**Task directions**
Among the records that follow, how many lines contain the word "STANDARD"? Give the number and no other words.

**Data listing**
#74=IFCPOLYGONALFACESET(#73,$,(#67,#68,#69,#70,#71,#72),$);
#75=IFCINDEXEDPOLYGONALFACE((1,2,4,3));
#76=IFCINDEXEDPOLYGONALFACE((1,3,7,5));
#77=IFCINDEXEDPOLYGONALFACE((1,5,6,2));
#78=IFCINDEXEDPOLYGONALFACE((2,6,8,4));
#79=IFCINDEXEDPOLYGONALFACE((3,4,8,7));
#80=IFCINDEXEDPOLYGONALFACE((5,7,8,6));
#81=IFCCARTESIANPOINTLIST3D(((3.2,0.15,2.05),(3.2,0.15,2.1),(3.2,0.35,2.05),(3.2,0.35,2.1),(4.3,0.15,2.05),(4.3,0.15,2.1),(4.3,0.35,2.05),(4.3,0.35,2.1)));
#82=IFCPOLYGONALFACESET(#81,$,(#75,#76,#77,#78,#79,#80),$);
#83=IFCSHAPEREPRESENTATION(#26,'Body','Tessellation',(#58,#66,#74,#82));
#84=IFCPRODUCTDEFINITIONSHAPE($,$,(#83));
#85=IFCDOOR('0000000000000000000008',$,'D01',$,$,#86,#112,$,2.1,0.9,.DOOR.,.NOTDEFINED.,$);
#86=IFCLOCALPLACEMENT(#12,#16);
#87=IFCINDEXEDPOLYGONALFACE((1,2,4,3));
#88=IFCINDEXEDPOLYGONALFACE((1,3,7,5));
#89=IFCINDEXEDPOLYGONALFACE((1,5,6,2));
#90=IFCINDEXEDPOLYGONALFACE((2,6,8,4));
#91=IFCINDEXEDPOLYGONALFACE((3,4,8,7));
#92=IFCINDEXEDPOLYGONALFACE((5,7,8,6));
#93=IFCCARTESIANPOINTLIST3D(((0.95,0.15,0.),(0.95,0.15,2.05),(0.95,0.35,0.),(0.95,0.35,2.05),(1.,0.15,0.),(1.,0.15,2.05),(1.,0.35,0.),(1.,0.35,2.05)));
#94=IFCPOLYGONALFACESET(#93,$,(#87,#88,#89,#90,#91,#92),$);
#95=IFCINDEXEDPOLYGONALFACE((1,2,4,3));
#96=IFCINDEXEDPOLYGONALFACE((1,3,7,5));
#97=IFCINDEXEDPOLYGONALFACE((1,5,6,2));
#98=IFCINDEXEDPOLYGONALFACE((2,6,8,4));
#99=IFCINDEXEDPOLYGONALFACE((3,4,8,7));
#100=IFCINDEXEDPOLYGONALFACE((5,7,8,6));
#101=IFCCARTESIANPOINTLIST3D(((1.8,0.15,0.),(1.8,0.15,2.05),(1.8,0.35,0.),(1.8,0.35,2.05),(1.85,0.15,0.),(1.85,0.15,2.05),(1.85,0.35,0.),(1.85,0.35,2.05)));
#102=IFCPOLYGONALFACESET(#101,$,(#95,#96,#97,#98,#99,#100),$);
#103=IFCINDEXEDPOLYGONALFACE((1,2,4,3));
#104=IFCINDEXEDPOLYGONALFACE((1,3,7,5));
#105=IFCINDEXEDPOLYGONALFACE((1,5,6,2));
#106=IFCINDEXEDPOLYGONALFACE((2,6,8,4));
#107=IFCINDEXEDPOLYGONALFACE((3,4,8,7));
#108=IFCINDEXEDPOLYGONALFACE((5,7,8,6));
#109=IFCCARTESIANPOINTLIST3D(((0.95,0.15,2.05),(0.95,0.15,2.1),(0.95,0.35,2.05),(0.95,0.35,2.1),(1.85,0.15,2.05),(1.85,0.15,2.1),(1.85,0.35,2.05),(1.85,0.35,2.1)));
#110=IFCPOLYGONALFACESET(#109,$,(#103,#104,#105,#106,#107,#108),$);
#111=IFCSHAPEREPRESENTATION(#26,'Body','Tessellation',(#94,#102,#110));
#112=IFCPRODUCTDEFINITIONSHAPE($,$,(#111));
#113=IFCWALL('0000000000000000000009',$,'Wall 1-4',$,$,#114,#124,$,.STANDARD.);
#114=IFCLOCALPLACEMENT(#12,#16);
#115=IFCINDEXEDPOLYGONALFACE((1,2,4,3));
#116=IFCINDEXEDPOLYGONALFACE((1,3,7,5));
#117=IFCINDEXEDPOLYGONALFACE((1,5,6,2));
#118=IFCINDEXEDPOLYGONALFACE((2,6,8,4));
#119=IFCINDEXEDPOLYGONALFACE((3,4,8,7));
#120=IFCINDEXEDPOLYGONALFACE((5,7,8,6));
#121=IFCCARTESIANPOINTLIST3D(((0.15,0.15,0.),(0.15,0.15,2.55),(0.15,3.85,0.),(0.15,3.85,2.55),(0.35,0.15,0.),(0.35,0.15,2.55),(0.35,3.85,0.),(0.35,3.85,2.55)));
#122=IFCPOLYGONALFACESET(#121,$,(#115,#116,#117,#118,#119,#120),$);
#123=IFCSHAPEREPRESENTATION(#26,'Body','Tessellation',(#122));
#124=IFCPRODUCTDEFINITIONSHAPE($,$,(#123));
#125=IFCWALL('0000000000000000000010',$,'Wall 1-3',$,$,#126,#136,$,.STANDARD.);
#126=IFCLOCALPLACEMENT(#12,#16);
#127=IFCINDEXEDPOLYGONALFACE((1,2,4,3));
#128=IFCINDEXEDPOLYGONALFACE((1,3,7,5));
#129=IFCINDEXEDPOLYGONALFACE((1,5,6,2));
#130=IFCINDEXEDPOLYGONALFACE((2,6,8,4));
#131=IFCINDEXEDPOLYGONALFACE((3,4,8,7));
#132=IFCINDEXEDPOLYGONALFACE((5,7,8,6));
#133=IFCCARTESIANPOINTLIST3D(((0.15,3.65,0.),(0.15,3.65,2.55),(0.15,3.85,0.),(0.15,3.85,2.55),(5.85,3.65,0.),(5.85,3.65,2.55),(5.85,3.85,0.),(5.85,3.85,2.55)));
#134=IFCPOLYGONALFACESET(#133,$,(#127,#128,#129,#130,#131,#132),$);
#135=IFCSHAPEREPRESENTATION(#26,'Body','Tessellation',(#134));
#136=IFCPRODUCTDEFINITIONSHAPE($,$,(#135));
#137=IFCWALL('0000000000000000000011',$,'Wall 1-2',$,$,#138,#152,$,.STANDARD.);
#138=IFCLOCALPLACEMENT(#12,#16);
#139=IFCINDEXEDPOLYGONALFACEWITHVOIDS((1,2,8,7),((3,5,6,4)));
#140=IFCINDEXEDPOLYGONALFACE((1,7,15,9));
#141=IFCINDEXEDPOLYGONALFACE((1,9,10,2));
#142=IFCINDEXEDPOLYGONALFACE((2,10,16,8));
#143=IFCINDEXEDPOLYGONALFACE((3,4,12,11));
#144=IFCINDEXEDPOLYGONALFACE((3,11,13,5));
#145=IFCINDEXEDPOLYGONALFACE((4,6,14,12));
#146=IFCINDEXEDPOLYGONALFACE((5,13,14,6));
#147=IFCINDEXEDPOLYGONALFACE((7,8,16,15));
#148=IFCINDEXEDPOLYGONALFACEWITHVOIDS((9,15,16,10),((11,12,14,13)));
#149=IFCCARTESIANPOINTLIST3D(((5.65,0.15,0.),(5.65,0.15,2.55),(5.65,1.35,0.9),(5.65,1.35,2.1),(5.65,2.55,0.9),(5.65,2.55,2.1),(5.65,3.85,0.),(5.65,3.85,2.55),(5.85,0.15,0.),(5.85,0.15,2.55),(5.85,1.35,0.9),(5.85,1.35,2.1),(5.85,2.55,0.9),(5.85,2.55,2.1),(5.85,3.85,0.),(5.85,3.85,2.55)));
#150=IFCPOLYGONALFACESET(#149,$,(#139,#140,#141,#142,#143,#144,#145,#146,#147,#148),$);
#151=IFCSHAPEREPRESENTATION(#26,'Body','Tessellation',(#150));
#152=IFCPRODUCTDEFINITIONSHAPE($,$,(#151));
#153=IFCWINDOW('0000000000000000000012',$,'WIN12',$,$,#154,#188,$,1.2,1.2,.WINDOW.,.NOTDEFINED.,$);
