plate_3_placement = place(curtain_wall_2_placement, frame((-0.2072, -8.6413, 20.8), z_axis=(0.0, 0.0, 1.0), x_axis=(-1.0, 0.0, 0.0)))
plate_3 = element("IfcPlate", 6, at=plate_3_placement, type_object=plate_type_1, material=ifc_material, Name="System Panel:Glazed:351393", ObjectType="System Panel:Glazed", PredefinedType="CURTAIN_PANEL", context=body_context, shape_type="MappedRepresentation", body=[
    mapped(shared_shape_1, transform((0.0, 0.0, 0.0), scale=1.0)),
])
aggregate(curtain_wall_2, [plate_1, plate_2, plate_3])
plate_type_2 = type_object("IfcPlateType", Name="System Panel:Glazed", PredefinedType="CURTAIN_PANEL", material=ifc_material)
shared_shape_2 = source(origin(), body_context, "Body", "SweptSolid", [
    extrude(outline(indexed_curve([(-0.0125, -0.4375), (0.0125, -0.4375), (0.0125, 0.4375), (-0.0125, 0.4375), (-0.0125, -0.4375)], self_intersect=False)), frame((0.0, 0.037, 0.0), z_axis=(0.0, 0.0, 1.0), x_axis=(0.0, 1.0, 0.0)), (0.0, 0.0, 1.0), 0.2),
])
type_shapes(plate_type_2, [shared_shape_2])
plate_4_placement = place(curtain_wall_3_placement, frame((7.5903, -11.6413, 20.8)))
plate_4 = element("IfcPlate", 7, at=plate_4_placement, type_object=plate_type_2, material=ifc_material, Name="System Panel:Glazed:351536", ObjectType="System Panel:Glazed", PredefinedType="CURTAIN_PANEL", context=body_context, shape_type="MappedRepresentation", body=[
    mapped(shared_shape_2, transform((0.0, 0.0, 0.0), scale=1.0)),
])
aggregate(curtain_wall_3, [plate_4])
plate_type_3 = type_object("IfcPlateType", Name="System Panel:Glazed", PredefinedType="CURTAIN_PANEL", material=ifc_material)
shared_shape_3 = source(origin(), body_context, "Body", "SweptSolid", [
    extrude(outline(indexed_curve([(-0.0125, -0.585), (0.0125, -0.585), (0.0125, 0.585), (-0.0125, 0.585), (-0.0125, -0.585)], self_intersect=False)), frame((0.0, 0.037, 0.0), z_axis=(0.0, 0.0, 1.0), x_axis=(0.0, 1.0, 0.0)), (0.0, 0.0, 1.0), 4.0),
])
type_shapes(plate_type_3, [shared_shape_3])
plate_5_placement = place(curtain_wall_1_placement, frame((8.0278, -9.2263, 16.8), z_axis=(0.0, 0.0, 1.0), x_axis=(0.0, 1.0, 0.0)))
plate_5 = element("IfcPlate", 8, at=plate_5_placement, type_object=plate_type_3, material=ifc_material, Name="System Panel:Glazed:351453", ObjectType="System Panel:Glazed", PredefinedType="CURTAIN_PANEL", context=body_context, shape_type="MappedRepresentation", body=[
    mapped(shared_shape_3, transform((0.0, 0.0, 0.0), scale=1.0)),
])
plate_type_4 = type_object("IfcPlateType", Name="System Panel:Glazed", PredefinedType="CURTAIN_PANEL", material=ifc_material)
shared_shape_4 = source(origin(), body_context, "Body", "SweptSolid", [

**Task solution**
3